ABOUT THIS EXERCISE: From the data below, please reproduce exactly everything from the line that contains "#158=IFCPRODUCTDEFINITIONSHAPE($,$,(#157));" down to the line that contains "#166=IFCINDEXEDPOLYGONALFACE((5,7,8,6));", with both ends included.
────
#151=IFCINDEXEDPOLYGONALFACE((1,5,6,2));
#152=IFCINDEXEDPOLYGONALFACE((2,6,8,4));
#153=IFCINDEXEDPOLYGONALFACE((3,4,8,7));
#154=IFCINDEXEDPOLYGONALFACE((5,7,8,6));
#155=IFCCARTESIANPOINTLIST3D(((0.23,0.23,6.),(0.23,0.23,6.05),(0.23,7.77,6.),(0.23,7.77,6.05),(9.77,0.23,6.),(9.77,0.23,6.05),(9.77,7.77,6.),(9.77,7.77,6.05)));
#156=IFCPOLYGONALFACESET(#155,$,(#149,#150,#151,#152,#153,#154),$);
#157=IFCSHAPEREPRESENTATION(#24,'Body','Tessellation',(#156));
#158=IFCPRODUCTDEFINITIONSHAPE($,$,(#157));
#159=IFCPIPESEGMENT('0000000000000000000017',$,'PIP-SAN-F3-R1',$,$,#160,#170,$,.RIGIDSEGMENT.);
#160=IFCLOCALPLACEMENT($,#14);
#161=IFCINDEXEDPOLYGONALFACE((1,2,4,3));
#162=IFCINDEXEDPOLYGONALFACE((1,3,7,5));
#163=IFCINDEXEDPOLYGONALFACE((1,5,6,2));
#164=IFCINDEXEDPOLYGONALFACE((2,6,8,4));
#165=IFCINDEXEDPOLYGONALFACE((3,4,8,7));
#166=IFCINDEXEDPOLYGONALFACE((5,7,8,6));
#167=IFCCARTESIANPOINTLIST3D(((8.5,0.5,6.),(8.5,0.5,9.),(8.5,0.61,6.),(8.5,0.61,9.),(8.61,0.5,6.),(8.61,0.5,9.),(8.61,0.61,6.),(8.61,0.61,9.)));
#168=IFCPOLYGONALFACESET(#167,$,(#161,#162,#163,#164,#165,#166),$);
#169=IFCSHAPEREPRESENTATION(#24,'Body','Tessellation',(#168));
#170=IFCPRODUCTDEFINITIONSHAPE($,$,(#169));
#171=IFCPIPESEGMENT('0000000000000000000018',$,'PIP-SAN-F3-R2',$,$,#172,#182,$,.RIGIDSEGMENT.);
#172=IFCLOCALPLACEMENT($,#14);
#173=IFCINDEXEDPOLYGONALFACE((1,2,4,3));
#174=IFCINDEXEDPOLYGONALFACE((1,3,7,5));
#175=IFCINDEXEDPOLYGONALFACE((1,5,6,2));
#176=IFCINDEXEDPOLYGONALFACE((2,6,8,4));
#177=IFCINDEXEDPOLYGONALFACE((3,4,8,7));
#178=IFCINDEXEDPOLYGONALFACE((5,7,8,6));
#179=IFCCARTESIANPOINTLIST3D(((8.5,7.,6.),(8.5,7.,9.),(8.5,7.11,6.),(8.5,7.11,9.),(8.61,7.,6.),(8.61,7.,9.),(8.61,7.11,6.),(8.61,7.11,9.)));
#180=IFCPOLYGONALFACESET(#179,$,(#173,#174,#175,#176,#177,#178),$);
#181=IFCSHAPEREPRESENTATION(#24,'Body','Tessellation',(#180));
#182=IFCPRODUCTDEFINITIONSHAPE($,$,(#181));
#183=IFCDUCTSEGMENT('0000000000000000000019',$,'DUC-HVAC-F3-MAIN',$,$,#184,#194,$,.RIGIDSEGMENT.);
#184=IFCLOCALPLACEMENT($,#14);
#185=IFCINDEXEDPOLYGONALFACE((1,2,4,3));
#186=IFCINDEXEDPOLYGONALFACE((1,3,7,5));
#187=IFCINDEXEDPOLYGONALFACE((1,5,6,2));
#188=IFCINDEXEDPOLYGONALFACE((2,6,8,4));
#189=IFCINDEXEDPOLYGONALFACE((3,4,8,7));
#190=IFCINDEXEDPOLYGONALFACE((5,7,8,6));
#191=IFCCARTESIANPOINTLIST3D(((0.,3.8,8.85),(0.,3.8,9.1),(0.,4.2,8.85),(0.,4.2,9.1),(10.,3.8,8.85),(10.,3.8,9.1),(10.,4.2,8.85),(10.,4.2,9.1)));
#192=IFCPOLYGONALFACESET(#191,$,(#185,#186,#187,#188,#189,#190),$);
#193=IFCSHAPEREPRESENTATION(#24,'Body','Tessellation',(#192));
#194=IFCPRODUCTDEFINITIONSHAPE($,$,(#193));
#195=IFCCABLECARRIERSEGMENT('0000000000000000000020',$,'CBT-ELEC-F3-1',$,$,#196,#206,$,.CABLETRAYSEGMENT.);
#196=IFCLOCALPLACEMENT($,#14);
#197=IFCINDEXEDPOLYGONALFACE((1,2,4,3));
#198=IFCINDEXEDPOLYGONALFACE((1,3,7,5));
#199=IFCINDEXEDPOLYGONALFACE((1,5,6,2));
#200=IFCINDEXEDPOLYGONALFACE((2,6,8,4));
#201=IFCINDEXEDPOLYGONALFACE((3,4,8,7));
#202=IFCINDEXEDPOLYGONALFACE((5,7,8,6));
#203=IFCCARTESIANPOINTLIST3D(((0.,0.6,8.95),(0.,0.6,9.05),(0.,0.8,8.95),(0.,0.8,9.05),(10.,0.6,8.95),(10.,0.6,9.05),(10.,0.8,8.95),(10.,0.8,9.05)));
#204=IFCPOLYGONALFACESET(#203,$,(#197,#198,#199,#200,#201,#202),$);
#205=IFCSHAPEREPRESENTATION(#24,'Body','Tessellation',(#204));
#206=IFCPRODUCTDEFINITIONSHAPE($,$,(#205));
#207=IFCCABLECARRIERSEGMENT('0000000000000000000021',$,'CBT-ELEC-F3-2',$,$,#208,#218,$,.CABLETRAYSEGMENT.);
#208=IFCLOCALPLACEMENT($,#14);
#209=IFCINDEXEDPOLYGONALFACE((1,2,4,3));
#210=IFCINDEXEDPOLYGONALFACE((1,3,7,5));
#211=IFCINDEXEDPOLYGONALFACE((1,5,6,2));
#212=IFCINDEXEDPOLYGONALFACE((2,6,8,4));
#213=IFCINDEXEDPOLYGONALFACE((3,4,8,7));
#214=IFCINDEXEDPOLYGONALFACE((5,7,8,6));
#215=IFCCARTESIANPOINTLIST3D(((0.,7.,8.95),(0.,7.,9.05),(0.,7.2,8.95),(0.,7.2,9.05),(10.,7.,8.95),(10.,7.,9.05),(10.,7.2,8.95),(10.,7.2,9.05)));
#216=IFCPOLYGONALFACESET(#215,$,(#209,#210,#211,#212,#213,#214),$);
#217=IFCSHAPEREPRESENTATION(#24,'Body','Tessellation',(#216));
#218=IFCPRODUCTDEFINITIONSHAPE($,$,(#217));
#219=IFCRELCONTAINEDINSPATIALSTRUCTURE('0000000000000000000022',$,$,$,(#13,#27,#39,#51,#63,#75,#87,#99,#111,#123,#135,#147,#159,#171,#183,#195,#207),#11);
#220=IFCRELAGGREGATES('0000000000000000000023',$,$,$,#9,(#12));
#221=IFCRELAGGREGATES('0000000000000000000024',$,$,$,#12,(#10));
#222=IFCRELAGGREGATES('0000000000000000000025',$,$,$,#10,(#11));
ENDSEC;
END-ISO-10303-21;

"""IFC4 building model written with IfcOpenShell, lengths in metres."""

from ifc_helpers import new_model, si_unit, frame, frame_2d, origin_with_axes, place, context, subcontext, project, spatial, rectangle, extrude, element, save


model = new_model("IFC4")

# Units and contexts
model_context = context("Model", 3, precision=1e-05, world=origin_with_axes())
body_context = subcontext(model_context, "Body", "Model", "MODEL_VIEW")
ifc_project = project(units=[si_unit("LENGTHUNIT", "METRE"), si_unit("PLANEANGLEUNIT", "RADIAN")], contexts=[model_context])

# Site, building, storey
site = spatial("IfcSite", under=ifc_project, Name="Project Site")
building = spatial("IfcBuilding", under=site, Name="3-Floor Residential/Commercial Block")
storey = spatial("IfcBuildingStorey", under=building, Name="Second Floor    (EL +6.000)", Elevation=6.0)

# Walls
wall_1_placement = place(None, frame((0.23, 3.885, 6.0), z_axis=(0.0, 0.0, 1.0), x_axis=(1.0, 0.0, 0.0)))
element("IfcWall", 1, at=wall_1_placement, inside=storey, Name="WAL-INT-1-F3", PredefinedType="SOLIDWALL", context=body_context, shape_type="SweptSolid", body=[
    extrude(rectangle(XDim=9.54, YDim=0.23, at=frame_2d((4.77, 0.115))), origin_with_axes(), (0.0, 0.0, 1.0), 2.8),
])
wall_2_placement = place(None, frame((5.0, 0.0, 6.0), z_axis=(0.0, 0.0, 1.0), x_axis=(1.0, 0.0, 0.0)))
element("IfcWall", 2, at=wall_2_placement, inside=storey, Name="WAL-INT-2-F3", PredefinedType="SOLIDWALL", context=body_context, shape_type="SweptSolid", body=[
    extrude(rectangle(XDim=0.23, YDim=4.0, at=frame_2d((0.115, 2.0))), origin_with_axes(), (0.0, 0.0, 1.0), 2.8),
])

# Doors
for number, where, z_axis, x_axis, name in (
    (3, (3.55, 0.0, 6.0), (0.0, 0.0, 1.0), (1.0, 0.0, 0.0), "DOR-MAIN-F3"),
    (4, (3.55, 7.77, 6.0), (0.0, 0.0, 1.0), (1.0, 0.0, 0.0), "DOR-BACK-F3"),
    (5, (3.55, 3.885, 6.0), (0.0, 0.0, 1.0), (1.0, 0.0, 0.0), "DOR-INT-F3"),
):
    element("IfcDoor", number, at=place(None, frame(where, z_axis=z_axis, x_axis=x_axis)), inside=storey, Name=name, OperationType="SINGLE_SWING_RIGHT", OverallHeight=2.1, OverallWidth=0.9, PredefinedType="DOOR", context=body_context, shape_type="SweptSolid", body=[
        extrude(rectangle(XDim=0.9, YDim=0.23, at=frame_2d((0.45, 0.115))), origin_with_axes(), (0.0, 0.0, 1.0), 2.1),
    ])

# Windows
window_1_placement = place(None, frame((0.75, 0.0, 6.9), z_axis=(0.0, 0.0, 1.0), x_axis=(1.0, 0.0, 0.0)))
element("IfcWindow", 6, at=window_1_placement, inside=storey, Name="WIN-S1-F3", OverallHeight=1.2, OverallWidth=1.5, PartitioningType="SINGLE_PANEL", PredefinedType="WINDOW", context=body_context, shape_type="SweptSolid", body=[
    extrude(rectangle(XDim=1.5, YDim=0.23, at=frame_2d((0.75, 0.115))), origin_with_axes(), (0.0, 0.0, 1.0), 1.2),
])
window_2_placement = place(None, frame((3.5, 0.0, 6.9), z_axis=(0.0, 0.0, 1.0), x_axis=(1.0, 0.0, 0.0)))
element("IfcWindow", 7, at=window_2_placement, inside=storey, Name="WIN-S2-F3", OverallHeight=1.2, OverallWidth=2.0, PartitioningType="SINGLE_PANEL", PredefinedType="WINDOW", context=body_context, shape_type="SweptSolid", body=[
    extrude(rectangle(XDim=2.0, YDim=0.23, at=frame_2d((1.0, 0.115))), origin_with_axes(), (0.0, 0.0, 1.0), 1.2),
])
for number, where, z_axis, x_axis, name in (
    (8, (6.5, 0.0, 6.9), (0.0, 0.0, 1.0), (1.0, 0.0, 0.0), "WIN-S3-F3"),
────
THE ANSWER:
#158=IFCPRODUCTDEFINITIONSHAPE($,$,(#157));
#159=IFCPIPESEGMENT('0000000000000000000017',$,'PIP-SAN-F3-R1',$,$,#160,#170,$,.RIGIDSEGMENT.);
#160=IFCLOCALPLACEMENT($,#14);
#161=IFCINDEXEDPOLYGONALFACE((1,2,4,3));
#162=IFCINDEXEDPOLYGONALFACE((1,3,7,5));
#163=IFCINDEXEDPOLYGONALFACE((1,5,6,2));
#164=IFCINDEXEDPOLYGONALFACE((2,6,8,4));
#165=IFCINDEXEDPOLYGONALFACE((3,4,8,7));
#166=IFCINDEXEDPOLYGONALFACE((5,7,8,6));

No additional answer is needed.